■ TASK DIRECTIONS
Every entry in the listing below has to be given again exactly.

■ MATERIALS PROVIDED
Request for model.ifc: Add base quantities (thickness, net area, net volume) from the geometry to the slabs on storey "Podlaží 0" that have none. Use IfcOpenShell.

First a look at what the model holds.

```python
import ifcopenshell
import ifcopenshell.util.element
import ifcopenshell.util.unit

model = ifcopenshell.open("model.ifc")
print(model.schema)
for unit_type in ("LENGTHUNIT", "AREAUNIT", "VOLUMEUNIT"):
    print(unit_type, ifcopenshell.util.unit.calculate_unit_scale(model, unit_type))
storey = next(s for s in model.by_type("IfcBuildingStorey") if s.Name == "Podlaží 0")
slabs = [e for e in ifcopenshell.util.element.get_decomposition(storey) if e.is_a("IfcSlab")]
for e in sorted(slabs, key=lambda e: e.id()):
    print(e.id(), e.is_a(), e.Name, list(ifcopenshell.util.element.get_psets(e, qtos_only=True)), sep=" | ")
```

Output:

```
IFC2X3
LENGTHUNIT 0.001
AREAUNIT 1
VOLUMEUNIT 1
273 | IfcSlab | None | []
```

```python
import ifcopenshell
import ifcopenshell.api.pset
import ifcopenshell.geom
import ifcopenshell.util.element
import ifcopenshell.util.shape
import ifcopenshell.util.unit

model = ifcopenshell.open("model.ifc")
unit_scale = ifcopenshell.util.unit.calculate_unit_scale(model)
area_scale = ifcopenshell.util.unit.calculate_unit_scale(model, "AREAUNIT")
volume_scale = ifcopenshell.util.unit.calculate_unit_scale(model, "VOLUMEUNIT")
settings = ifcopenshell.geom.settings()

storey = next(s for s in model.by_type("IfcBuildingStorey") if s.Name == "Podlaží 0")
slabs = [e for e in ifcopenshell.util.element.get_decomposition(storey) if e.is_a("IfcSlab")]

for e in sorted(slabs, key=lambda e: e.id()):
    if ifcopenshell.util.element.get_psets(e, qtos_only=True, should_inherit=False):
        continue
    # Geometry comes back in metres, in the element's own axes.
    shape = ifcopenshell.geom.create_shape(settings, e)
    values = {
        "Width": ifcopenshell.util.shape.get_z(shape.geometry) / unit_scale,
        "NetArea": ifcopenshell.util.shape.get_footprint_area(shape.geometry) / area_scale,
        "NetVolume": ifcopenshell.util.shape.get_volume(shape.geometry) / volume_scale,
    }
    qto = ifcopenshell.api.pset.add_qto(model, product=e, name="BaseQuantities")
    ifcopenshell.api.pset.edit_qto(model, qto=qto, properties=values)
    print(e.id(), {k: round(v, 3) for k, v in values.items()})

model.write("model-out.ifc")
```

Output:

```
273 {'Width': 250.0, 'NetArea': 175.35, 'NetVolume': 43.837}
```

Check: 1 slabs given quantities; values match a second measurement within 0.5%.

■ COMPLETED TASK
Request for model.ifc: Add base quantities (thickness, net area, net volume) from the geometry to the slabs on storey "Podlaží 0" that have none. Use IfcOpenShell.

First a look at what the model holds.

```python
import ifcopenshell
import ifcopenshell.util.element
import ifcopenshell.util.unit

model = ifcopenshell.open("model.ifc")
print(model.schema)
for unit_type in ("LENGTHUNIT", "AREAUNIT", "VOLUMEUNIT"):
    print(unit_type, ifcopenshell.util.unit.calculate_unit_scale(model, unit_type))
storey = next(s for s in model.by_type("IfcBuildingStorey") if s.Name == "Podlaží 0")
slabs = [e for e in ifcopenshell.util.element.get_decomposition(storey) if e.is_a("IfcSlab")]
for e in sorted(slabs, key=lambda e: e.id()):
    print(e.id(), e.is_a(), e.Name, list(ifcopenshell.util.element.get_psets(e, qtos_only=True)), sep=" | ")
```

Output:

```
IFC2X3
LENGTHUNIT 0.001
AREAUNIT 1
VOLUMEUNIT 1
273 | IfcSlab | None | []
```

```python
import ifcopenshell
import ifcopenshell.api.pset
import ifcopenshell.geom
import ifcopenshell.util.element
import ifcopenshell.util.shape
import ifcopenshell.util.unit

model = ifcopenshell.open("model.ifc")
unit_scale = ifcopenshell.util.unit.calculate_unit_scale(model)
area_scale = ifcopenshell.util.unit.calculate_unit_scale(model, "AREAUNIT")
volume_scale = ifcopenshell.util.unit.calculate_unit_scale(model, "VOLUMEUNIT")
settings = ifcopenshell.geom.settings()

storey = next(s for s in model.by_type("IfcBuildingStorey") if s.Name == "Podlaží 0")
slabs = [e for e in ifcopenshell.util.element.get_decomposition(storey) if e.is_a("IfcSlab")]

for e in sorted(slabs, key=lambda e: e.id()):
    if ifcopenshell.util.element.get_psets(e, qtos_only=True, should_inherit=False):
        continue
    # Geometry comes back in metres, in the element's own axes.
    shape = ifcopenshell.geom.create_shape(settings, e)
    values = {
        "Width": ifcopenshell.util.shape.get_z(shape.geometry) / unit_scale,
        "NetArea": ifcopenshell.util.shape.get_footprint_area(shape.geometry) / area_scale,
        "NetVolume": ifcopenshell.util.shape.get_volume(shape.geometry) / volume_scale,
    }
    qto = ifcopenshell.api.pset.add_qto(model, product=e, name="BaseQuantities")
    ifcopenshell.api.pset.edit_qto(model, qto=qto, properties=values)
    print(e.id(), {k: round(v, 3) for k, v in values.items()})

model.write("model-out.ifc")
```

Output:

```
273 {'Width': 250.0, 'NetArea': 175.35, 'NetVolume': 43.837}
```

Check: 1 slabs given quantities; values match a second measurement within 0.5%.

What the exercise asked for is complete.